Rausch, E., Balke, B., Ouardi, S., & Felser, C. (2015). Long-Term Stability of (Ti/Zr/Hf)CoSb_1−xSn_x Thermoelectric p-Type Half-Heusler Compounds Upon Thermal Cycling. Energy Technology, 3(12), 1217-1224. doi:10.1002/ente.201500183.

Zitierlink: https://hdl.handle.net/11858/00-001M-0000-0029-3A26-5

Zusammenfassung

The effect of thermal cycling upon the thermoelectric performance of state-of-the-art p-type half-Heusler materials was investigated and correlated with the impact on the structural properties. We simulated a heat treatment of the material similar to actual applications in the mid-temperature range, such as occurs during the energy conversion from an automotive exhaust pipe.

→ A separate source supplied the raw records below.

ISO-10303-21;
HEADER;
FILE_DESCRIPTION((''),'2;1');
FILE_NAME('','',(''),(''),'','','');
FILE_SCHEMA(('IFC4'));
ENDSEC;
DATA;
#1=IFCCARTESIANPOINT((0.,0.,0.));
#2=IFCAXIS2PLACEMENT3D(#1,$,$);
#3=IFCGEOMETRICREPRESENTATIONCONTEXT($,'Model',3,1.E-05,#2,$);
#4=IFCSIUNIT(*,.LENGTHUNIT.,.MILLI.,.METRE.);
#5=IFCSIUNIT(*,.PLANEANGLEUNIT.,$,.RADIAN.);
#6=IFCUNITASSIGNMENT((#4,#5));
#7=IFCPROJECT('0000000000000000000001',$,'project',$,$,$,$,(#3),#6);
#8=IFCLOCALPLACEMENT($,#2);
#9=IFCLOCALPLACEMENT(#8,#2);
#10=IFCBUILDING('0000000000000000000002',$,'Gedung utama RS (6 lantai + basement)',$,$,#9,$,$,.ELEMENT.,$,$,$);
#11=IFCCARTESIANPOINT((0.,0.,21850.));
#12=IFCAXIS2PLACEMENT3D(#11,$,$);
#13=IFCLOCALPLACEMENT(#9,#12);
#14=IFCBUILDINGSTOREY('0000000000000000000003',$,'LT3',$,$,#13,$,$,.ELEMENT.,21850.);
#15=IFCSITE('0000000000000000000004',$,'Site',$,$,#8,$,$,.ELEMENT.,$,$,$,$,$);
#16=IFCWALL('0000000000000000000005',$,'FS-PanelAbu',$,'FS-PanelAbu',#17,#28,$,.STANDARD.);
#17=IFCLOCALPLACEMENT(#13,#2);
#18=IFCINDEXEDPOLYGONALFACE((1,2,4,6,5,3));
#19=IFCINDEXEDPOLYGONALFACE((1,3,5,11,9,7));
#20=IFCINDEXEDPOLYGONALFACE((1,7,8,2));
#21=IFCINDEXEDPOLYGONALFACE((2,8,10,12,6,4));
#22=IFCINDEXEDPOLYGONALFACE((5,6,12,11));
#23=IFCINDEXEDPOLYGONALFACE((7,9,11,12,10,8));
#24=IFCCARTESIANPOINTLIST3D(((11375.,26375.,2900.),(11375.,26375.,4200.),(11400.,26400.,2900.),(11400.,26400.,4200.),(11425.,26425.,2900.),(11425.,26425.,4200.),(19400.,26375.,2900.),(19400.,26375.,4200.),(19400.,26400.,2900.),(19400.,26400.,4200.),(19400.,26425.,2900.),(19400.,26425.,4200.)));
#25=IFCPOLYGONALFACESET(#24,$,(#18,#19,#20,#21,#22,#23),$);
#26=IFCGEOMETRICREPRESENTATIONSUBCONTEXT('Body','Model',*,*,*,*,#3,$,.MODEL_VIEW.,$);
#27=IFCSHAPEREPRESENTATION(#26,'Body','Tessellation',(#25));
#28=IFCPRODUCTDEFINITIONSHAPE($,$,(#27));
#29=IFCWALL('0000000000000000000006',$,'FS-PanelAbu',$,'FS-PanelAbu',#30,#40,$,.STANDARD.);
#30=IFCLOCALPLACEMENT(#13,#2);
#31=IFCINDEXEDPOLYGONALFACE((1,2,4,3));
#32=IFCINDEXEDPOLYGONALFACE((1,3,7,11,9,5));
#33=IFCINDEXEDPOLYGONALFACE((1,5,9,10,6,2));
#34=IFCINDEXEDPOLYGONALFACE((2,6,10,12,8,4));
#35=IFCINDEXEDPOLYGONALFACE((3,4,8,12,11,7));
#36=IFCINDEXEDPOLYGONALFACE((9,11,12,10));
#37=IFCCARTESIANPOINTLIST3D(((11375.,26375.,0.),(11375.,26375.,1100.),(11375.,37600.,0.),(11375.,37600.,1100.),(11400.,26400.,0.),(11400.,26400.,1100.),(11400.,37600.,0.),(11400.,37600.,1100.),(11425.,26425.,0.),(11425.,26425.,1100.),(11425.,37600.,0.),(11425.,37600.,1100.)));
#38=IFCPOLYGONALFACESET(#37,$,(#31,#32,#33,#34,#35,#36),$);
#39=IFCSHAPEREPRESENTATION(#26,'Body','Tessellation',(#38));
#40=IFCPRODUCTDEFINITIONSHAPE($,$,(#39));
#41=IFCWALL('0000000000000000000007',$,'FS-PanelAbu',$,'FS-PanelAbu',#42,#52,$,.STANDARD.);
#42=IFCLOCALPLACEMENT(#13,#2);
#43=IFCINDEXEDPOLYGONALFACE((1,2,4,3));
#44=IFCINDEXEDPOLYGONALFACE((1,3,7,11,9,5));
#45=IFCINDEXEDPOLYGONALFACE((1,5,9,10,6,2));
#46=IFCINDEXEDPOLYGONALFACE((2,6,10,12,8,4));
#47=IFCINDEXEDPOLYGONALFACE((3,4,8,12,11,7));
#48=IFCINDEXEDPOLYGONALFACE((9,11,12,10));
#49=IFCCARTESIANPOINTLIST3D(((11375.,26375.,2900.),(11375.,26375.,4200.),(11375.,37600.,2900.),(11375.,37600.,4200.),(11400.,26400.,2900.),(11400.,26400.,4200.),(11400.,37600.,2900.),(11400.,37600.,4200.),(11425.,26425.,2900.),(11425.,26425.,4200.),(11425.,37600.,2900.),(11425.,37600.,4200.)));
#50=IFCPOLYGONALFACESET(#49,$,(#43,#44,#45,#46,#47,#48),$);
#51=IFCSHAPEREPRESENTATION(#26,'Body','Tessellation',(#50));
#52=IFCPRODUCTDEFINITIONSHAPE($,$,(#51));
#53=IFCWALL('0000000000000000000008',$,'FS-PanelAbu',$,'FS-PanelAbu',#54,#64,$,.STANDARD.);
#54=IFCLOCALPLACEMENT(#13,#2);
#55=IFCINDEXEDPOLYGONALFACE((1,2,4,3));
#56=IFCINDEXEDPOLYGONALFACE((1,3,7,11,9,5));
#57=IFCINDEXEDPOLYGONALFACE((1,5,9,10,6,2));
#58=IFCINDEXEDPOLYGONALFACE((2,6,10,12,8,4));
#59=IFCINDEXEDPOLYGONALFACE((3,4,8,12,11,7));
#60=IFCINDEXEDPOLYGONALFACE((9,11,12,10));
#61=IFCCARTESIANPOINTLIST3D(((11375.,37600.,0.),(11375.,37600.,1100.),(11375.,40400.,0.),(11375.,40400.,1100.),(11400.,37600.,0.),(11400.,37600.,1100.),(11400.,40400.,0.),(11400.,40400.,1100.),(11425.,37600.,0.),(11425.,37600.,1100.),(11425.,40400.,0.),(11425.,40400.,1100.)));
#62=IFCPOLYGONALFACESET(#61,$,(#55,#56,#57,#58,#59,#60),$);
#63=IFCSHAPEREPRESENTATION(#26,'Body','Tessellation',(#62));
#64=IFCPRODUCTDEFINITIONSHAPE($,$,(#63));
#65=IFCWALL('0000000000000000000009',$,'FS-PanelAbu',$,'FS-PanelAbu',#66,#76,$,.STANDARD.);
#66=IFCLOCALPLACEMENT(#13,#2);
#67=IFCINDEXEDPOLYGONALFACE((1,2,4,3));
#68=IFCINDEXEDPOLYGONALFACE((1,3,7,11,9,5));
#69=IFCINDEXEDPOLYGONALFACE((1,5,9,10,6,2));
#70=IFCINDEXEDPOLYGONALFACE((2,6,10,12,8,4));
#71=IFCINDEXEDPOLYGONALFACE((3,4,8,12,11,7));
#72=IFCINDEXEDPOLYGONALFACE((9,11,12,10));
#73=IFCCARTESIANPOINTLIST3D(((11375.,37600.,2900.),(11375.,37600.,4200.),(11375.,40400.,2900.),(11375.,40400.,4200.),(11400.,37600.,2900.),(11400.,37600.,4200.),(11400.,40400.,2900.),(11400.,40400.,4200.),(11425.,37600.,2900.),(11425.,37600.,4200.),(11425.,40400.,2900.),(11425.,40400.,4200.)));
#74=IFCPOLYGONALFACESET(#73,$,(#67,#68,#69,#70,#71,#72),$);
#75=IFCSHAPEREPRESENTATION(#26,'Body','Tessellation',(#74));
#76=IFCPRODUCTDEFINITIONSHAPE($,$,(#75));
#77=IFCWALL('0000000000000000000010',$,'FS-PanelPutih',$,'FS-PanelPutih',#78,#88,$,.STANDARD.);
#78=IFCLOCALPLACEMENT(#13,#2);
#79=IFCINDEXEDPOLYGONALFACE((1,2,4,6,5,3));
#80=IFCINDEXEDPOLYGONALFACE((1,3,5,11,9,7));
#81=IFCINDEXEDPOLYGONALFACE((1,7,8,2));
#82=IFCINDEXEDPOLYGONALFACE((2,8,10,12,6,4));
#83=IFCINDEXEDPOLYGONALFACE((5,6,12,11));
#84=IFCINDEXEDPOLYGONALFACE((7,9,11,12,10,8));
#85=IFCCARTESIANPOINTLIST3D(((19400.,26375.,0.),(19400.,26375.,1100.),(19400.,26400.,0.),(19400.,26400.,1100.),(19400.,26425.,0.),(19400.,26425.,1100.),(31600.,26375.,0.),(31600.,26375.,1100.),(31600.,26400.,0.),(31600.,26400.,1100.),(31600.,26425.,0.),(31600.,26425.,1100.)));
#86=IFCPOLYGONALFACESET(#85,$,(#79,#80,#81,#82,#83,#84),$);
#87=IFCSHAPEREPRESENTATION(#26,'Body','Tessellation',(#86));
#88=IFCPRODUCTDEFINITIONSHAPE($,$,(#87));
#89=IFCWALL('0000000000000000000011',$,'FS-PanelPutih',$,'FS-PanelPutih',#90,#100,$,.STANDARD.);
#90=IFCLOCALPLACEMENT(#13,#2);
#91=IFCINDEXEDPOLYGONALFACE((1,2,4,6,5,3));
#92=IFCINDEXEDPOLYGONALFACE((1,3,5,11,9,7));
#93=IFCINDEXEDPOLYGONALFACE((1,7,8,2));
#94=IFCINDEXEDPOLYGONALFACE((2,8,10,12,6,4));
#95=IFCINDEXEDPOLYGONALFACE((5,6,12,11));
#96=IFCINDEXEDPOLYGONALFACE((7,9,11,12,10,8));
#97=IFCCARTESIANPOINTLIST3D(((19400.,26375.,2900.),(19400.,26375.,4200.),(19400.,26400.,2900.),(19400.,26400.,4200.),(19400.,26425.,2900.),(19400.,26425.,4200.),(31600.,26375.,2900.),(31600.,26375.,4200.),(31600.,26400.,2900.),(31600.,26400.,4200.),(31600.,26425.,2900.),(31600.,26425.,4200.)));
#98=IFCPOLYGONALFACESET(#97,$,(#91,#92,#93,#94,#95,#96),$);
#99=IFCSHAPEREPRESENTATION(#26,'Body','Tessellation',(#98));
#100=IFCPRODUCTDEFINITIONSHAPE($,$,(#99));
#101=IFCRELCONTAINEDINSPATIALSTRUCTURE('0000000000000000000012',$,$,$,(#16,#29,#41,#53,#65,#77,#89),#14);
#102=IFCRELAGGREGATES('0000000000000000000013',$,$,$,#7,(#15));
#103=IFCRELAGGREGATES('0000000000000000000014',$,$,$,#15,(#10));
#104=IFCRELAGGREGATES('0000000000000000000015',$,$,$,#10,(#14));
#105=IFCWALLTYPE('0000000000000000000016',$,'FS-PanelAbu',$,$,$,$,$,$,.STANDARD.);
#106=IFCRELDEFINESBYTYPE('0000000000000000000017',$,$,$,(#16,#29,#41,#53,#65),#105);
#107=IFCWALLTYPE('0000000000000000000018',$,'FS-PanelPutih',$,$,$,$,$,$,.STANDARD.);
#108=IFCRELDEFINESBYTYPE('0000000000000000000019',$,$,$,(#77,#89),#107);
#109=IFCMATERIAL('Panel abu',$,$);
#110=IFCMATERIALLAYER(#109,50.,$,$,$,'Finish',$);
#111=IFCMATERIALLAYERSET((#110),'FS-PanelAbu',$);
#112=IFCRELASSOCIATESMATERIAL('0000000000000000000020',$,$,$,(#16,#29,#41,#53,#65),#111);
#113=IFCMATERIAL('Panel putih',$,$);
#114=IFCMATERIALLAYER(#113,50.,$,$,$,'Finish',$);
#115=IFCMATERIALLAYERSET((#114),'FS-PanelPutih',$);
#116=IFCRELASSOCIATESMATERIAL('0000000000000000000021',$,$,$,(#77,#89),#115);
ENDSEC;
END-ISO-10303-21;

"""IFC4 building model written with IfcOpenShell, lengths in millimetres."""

from ifc_helpers import new_model, si_unit, frame, origin, place, context, subcontext, project, spatial, polyline, outline, extrude, material, layer, layer_set, layer_usage, type_object, element, save


model = new_model("IFC4")

# Units and contexts
model_context = context("Model", 3, precision=1e-05, world=origin())
body_context = subcontext(model_context, "Body", "Model", "MODEL_VIEW")
ifc_project = project(units=[si_unit("LENGTHUNIT", "METRE", prefix="MILLI"), si_unit("PLANEANGLEUNIT", "RADIAN")], contexts=[model_context])

# Site, building, storey
site_placement = place(None, origin())
site = spatial("IfcSite", under=ifc_project, at=site_placement, Name="Site", CompositionType="ELEMENT")
building_placement = place(site_placement, origin())
building = spatial("IfcBuilding", under=site, at=building_placement, Name="Gedung utama RS (6 lantai + basement)", CompositionType="ELEMENT")
storey_placement = place(building_placement, frame((0.0, 0.0, 21850.0)))
storey = spatial("IfcBuildingStorey", under=building, at=storey_placement, Name="LT3", CompositionType="ELEMENT", Elevation=21850.0)

# Walls
ifc_material_1 = material(Name="Panel abu")
ifc_layer_1 = layer(ifc_material_1, 50.0, Category="Finish")
ifc_layer_set_1 = layer_set([ifc_layer_1], Name="FS-PanelAbu")
ifc_layer_usage_1 = layer_usage(ifc_layer_set_1, "AXIS2", "NEGATIVE", 25.0)
wall_type_1 = type_object("IfcWallType", Name="FS-PanelAbu", PredefinedType="STANDARD")
wall_1_placement = place(storey_placement, frame((19400.0, 26400.0, 2900.0), z_axis=(0.0, 0.0, 1.0), x_axis=(-1.0, 0.0, 0.0)))
element("IfcWall", 1, at=wall_1_placement, inside=storey, type_object=wall_type_1, material=ifc_layer_usage_1, Name="FS-PanelAbu", ObjectType="FS-PanelAbu", PredefinedType="STANDARD", context=body_context, shape_type="SweptSolid", body=[
    extrude(outline(polyline([(0.0, -25.0), (0.0, 0.0), (0.0, 25.0), (8025.0, 25.0), (8000.0, 0.0), (7975.0, -25.0), (0.0, -25.0)])), origin(), (0.0, 0.0, 1.0), 1300.0),
])
wall_2_placement = place(storey_placement, frame((11400.0, 26400.0, 0.0), z_axis=(0.0, 0.0, 1.0), x_axis=(0.0, 1.0, 0.0)))
element("IfcWall", 2, at=wall_2_placement, inside=storey, type_object=wall_type_1, material=ifc_layer_usage_1, Name="FS-PanelAbu", ObjectType="FS-PanelAbu", PredefinedType="STANDARD", context=body_context, shape_type="SweptSolid", body=[
    extrude(outline(polyline([(25.0, -25.0), (0.0, 0.0), (-25.0, 25.0), (11200.0, 25.0), (11200.0, 0.0), (11200.0, -25.0), (25.0, -25.0)])), origin(), (0.0, 0.0, 1.0), 1100.0),
])
wall_3_placement = place(storey_placement, frame((11400.0, 26400.0, 2900.0), z_axis=(0.0, 0.0, 1.0), x_axis=(0.0, 1.0, 0.0)))
element("IfcWall", 3, at=wall_3_placement, inside=storey, type_object=wall_type_1, material=ifc_layer_usage_1, Name="FS-PanelAbu", ObjectType="FS-PanelAbu", PredefinedType="STANDARD", context=body_context, shape_type="SweptSolid", body=[
    extrude(outline(polyline([(25.0, -25.0), (0.0, 0.0), (-25.0, 25.0), (11200.0, 25.0), (11200.0, 0.0), (11200.0, -25.0), (25.0, -25.0)])), origin(), (0.0, 0.0, 1.0), 1300.0),
])
wall_4_placement = place(storey_placement, frame((11400.0, 37600.0, 0.0), z_axis=(0.0, 0.0, 1.0), x_axis=(0.0, 1.0, 0.0)))
element("IfcWall", 4, at=wall_4_placement, inside=storey, type_object=wall_type_1, material=ifc_layer_usage_1, Name="FS-PanelAbu", ObjectType="FS-PanelAbu", PredefinedType="STANDARD", context=body_context, shape_type="SweptSolid", body=[
    extrude(outline(polyline([(0.0, -25.0), (0.0, 0.0), (0.0, 25.0), (2800.0, 25.0), (2800.0, 0.0), (2800.0, -25.0), (0.0, -25.0)])), origin(), (0.0, 0.0, 1.0), 1100.0),
])
wall_5_placement = place(storey_placement, frame((11400.0, 37600.0, 2900.0), z_axis=(0.0, 0.0, 1.0), x_axis=(0.0, 1.0, 0.0)))
element("IfcWall", 5, at=wall_5_placement, inside=storey, type_object=wall_type_1, material=ifc_layer_usage_1, Name="FS-PanelAbu", ObjectType="FS-PanelAbu", PredefinedType="STANDARD", context=body_context, shape_type="SweptSolid", body=[
    extrude(outline(polyline([(0.0, -25.0), (0.0, 0.0), (0.0, 25.0), (2800.0, 25.0), (2800.0, 0.0), (2800.0, -25.0), (0.0, -25.0)])), origin(), (0.0, 0.0, 1.0), 1300.0),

We compared three different compositions based on the (Ti/Zr/Hf)CoSb1−xSnx system. The best and most reliable performance was achieved using Ti0.5Hf0.5CoSb0.85Sn0.15, which reached a maximum figure of merit ZT of 1.1 at 700 °C. The intrinsic phase separation and resulting microstructuring, which are responsible for the outstanding thermoelectric performance, were stable even after 500 heating and cooling cycles. The standard deviation of the obtained ZT values lies within 2–3 , which is significantly smaller than the measurement errors.